> Required work:
An exact copy of all the data is the expected answer.

[Saved entries]
-- Opening Marker --

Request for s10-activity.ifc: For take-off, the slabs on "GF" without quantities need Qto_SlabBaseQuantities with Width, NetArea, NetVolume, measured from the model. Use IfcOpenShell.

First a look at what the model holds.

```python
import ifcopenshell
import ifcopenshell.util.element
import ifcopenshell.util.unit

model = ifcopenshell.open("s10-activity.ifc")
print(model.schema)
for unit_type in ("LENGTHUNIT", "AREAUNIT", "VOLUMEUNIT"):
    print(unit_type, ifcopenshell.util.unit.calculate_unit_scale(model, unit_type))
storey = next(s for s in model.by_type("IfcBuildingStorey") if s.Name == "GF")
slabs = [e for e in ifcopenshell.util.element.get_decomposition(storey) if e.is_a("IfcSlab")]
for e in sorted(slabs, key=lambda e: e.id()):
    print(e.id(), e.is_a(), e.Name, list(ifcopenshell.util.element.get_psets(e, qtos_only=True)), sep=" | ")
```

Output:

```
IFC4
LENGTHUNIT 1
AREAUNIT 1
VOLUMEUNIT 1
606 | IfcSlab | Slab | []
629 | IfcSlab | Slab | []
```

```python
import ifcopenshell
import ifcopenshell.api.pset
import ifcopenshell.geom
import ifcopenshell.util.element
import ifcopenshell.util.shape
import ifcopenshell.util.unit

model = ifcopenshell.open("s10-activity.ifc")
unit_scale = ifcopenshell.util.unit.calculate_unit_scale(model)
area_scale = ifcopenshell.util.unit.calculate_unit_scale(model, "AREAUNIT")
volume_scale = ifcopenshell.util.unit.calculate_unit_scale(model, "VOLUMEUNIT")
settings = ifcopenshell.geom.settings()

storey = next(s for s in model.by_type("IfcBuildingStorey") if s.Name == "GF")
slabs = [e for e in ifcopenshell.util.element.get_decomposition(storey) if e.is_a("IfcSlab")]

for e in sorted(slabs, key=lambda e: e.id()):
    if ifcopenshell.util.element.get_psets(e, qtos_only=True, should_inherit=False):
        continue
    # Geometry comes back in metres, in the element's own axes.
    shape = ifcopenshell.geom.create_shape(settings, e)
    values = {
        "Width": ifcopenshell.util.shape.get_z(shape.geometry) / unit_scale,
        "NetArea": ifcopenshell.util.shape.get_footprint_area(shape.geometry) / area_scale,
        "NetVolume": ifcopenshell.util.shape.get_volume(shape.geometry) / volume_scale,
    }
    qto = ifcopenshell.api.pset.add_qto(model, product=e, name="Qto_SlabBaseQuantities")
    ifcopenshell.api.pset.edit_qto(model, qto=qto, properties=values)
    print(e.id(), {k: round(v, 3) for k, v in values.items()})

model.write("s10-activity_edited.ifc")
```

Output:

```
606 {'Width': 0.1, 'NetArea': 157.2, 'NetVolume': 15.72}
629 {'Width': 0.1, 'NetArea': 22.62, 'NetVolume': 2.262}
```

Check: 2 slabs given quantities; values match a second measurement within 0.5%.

-- Closing Marker --

> Solution to this exercise:
Request for s10-activity.ifc: For take-off, the slabs on "GF" without quantities need Qto_SlabBaseQuantities with Width, NetArea, NetVolume, measured from the model. Use IfcOpenShell.

First a look at what the model holds.

```python
import ifcopenshell
import ifcopenshell.util.element
import ifcopenshell.util.unit

model = ifcopenshell.open("s10-activity.ifc")
print(model.schema)
for unit_type in ("LENGTHUNIT", "AREAUNIT", "VOLUMEUNIT"):
    print(unit_type, ifcopenshell.util.unit.calculate_unit_scale(model, unit_type))
storey = next(s for s in model.by_type("IfcBuildingStorey") if s.Name == "GF")
slabs = [e for e in ifcopenshell.util.element.get_decomposition(storey) if e.is_a("IfcSlab")]
for e in sorted(slabs, key=lambda e: e.id()):
    print(e.id(), e.is_a(), e.Name, list(ifcopenshell.util.element.get_psets(e, qtos_only=True)), sep=" | ")
```

Output:

```
IFC4
LENGTHUNIT 1
AREAUNIT 1
VOLUMEUNIT 1
606 | IfcSlab | Slab | []
629 | IfcSlab | Slab | []
```

```python
import ifcopenshell
import ifcopenshell.api.pset
import ifcopenshell.geom
import ifcopenshell.util.element
import ifcopenshell.util.shape
import ifcopenshell.util.unit

model = ifcopenshell.open("s10-activity.ifc")
unit_scale = ifcopenshell.util.unit.calculate_unit_scale(model)
area_scale = ifcopenshell.util.unit.calculate_unit_scale(model, "AREAUNIT")
volume_scale = ifcopenshell.util.unit.calculate_unit_scale(model, "VOLUMEUNIT")
settings = ifcopenshell.geom.settings()

storey = next(s for s in model.by_type("IfcBuildingStorey") if s.Name == "GF")
slabs = [e for e in ifcopenshell.util.element.get_decomposition(storey) if e.is_a("IfcSlab")]

for e in sorted(slabs, key=lambda e: e.id()):
    if ifcopenshell.util.element.get_psets(e, qtos_only=True, should_inherit=False):
        continue
    # Geometry comes back in metres, in the element's own axes.
    shape = ifcopenshell.geom.create_shape(settings, e)
    values = {
        "Width": ifcopenshell.util.shape.get_z(shape.geometry) / unit_scale,
        "NetArea": ifcopenshell.util.shape.get_footprint_area(shape.geometry) / area_scale,
        "NetVolume": ifcopenshell.util.shape.get_volume(shape.geometry) / volume_scale,
    }
    qto = ifcopenshell.api.pset.add_qto(model, product=e, name="Qto_SlabBaseQuantities")
    ifcopenshell.api.pset.edit_qto(model, qto=qto, properties=values)
    print(e.id(), {k: round(v, 3) for k, v in values.items()})

model.write("s10-activity_edited.ifc")
```

Output:

```
606 {'Width': 0.1, 'NetArea': 157.2, 'NetVolume': 15.72}
629 {'Width': 0.1, 'NetArea': 22.62, 'NetVolume': 2.262}
```

Check: 2 slabs given quantities; values match a second measurement within 0.5%.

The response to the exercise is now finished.